Is any one else seing this alert - Shh/Updater-B False positives

SUICIDE!

I believe I received the new javab-jd.ide - but I don't know how to check if it is the latest version.

At any rate. I updated a test client and I was able to get the new  javab-jd.ide from the SEC but my quarantined list hasn't been cleared out yet.

Anyone know how to check version of javab-jd.ide?

I'll ask again, what can I do to over 100 clients that have quarantined their updater (servers mostly)

The dang software has just uninstalled itself and the shields are all gone. My users are freaking out!

Yup totally just got about 1500 email alerts in less than 40 minutes. 

I used Sophos Group Policy to disable messaging for the desktop clients. At least this way the end uses will stop panicking.

As everyone already know but Ill still post it. It is under:

Sophos Management Console > Policies Section > Anti-virus and HIPS > <Pick your policy> to Edit > Messaging > Desktop Messaging tab > Uncheck "Enable Desktop Messaging"

At least for our org I have also disabled Email alerts for the time being. Don’’’’t much care to be spammed. 

Now just waiting for the update. 

If you are unable to perform an update due to the Updating service being quarantined, but have NOT moved or deleted the files, you can do the following.

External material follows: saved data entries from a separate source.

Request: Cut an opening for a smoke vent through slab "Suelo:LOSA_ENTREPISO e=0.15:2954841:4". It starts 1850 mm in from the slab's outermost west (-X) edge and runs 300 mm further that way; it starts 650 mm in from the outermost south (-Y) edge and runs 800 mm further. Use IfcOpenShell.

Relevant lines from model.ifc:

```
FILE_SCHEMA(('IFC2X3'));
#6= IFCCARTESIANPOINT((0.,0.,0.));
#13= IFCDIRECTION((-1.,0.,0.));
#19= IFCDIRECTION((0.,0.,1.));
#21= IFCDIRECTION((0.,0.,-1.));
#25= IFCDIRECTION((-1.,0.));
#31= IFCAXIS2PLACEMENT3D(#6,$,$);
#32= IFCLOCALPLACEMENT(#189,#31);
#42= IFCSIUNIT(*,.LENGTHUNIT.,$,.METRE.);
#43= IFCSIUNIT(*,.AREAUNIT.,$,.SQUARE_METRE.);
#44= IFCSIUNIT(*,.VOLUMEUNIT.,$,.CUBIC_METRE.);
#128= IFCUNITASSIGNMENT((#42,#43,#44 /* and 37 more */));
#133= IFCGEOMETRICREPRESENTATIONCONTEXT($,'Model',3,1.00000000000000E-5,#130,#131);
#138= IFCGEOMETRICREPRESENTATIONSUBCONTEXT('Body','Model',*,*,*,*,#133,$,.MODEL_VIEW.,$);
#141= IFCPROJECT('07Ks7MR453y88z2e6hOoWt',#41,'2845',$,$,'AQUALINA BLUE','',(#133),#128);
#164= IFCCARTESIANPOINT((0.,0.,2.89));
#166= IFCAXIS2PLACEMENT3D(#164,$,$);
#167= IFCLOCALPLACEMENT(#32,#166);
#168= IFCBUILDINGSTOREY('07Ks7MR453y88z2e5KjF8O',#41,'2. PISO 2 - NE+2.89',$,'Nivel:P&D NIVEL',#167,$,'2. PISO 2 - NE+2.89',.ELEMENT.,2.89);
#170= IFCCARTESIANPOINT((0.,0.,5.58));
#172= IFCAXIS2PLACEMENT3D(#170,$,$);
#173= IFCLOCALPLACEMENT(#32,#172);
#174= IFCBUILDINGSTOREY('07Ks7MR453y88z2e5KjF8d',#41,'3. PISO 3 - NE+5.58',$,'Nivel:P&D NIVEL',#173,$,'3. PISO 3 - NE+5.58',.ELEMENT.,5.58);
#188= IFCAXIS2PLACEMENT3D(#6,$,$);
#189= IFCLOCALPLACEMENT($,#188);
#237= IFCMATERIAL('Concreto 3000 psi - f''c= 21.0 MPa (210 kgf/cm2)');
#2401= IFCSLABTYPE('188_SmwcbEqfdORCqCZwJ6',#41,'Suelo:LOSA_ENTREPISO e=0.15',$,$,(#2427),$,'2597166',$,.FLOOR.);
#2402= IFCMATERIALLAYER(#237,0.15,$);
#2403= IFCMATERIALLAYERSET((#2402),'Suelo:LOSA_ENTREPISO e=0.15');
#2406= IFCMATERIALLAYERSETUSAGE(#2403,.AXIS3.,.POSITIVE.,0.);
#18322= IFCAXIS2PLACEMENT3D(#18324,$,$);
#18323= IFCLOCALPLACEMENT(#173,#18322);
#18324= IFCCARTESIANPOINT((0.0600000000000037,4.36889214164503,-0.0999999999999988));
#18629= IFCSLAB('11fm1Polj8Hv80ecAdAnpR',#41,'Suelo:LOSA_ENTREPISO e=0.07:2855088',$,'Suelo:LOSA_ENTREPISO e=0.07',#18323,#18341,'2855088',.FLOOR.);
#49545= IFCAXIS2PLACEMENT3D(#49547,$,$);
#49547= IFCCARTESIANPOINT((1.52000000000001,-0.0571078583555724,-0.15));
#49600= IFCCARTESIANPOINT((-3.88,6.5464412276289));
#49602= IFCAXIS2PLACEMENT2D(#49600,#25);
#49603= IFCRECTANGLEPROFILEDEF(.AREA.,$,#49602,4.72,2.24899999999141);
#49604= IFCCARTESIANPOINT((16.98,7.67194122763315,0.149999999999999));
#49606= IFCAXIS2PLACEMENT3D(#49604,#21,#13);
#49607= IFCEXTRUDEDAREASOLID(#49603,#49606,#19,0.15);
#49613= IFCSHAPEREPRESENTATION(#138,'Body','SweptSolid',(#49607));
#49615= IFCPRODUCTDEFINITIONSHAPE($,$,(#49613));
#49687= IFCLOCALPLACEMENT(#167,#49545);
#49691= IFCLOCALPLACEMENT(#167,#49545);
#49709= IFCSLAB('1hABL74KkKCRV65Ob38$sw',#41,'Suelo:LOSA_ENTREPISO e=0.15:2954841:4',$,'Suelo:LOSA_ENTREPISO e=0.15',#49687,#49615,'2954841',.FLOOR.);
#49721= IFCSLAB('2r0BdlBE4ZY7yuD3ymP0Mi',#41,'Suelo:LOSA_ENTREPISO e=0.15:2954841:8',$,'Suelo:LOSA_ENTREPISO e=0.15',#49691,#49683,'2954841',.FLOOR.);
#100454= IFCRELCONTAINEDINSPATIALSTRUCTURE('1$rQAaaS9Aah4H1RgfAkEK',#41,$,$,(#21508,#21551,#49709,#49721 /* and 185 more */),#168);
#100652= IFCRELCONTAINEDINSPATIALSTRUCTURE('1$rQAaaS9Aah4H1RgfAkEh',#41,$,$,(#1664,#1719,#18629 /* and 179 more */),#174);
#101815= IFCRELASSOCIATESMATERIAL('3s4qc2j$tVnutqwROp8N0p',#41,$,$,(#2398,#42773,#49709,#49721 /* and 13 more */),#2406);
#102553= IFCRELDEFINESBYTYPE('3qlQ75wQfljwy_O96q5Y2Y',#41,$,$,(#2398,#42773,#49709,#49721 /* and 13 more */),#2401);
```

```python
import numpy as np
import ifcopenshell
import ifcopenshell.api.feature
import ifcopenshell.api.geometry
import ifcopenshell.api.root
import ifcopenshell.geom
import ifcopenshell.util.placement
import ifcopenshell.util.representation
import ifcopenshell.util.shape
import ifcopenshell.util.unit

model = ifcopenshell.open("model.ifc")
unit_scale = ifcopenshell.util.unit.calculate_unit_scale(model)
settings = ifcopenshell.geom.settings()


def volume(element):
    """Net volume in cubic metres, openings subtracted."""
    shape = ifcopenshell.geom.create_shape(settings, element)
    return ifcopenshell.util.shape.get_volume(shape.geometry)


slab = model.by_id(49709)
before = volume(slab)

# Extent in the slab's own axes, in metres. The edges named are its -X and -Y sides.
slab_shape = ifcopenshell.geom.create_shape(settings, slab)
vertices = ifcopenshell.util.shape.get_vertices(slab_shape.geometry)
x_min, y_min, bottom = vertices.min(axis=0)
top = vertices[:, 2].max()

opening = ifcopenshell.api.root.create_entity(model, ifc_class="IfcOpeningElement", name="Smoke vent opening")
context = ifcopenshell.util.representation.get_context(model, "Model", "Body", "MODEL_VIEW")
width, depth = 0.3, 0.8
outline = [(0.0, 0.0), (width, 0.0), (width, depth), (0.0, depth), (0.0, 0.0)]
# Overshoot both faces by 50 mm so the cut is clean.
shape = ifcopenshell.api.geometry.add_slab_representation(
    model, context=context, depth=top - bottom + 0.1, polyline=outline
)
ifcopenshell.api.geometry.assign_representation(model, product=opening, representation=shape)

matrix = ifcopenshell.util.placement.get_local_placement(slab.ObjectPlacement)
matrix[:, 3] = matrix @ np.append(np.array([x_min + 1.85, y_min + 0.65, bottom - 0.05]) / unit_scale, 1.0)
ifcopenshell.api.geometry.edit_object_placement(model, product=opening, matrix=matrix, is_si=False)
ifcopenshell.api.feature.add_feature(model, feature=opening, element=slab)

after = volume(slab)

print(f"slab volume {before:.3f} -> {after:.3f} m3")

model.write("model_updated.ifc")
```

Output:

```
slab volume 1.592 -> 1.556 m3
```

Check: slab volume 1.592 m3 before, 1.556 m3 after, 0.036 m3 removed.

1. Open cmd prompt and type net stop savservice
2. Navigate to C:\program Files\Sophos\Sophos Anti-Virus and delete agen-xuv.exe
3. In cmd prompt, type net start savservice

If a large number of systems are affected, you can use a tool like PSEXEC to execute the commands on a text file list of systems. Please be sure to get your Sophos Update Manager server working first, as all managed endpoints will not be able to download the IDE until the Sophos Update Managers have pulled it from our databanks.

 Why would my default option for a detected virus be "do nothing?"  

Now I have to manually re-install this on 120+ systems (and climbing). And not a normal install, but a "sort out what's broken and then repair and replace as needed, then uninstall, then re-install, then re-apply the update" fix.

Your competitors just won our hearts and minds. Thanks for making our A/V decision so easy.

See previous post:

You don't have to manually re-install anything. Put the computers in their own OU and deploy a GPO to that OU....Done!

I email my Rep... and was told the following (Sophos rep)

YES, this is a FALSE POSITIVE issue on Sophos's screw up....

Here is the fix:

Below is some helpful information:

We are currently engaged with SophosLabs over a false positive relating to 'Shh/Updater-B', and I want to quickly let you know of this false positive, and that you do not have an outbreak.

If you have live protection enabled, you should stop seeing these detections as the files are now marked ‘‘‘‘clean’’’’ in the cloud. If you do not have LiveProtection enabled you will stop seeing the new detections come in after the next IDE is released (releasing now in agen-xuv.ide).

There is no cleanup for this detection, and you will see it quarantined unless you have your on-access policy set to move or delete detections if cleanup is not possible. Please double check your SAV policy under cleanup; You want to ensure your secondary option (when cleanup is not available or does not work) to be set to ‘‘‘‘deny access’’’’ and not delete or move. Once the detections have stopped, you can acknowledge the alerts in the Console, this way you can see who is still reporting it, and confirm it is trending down.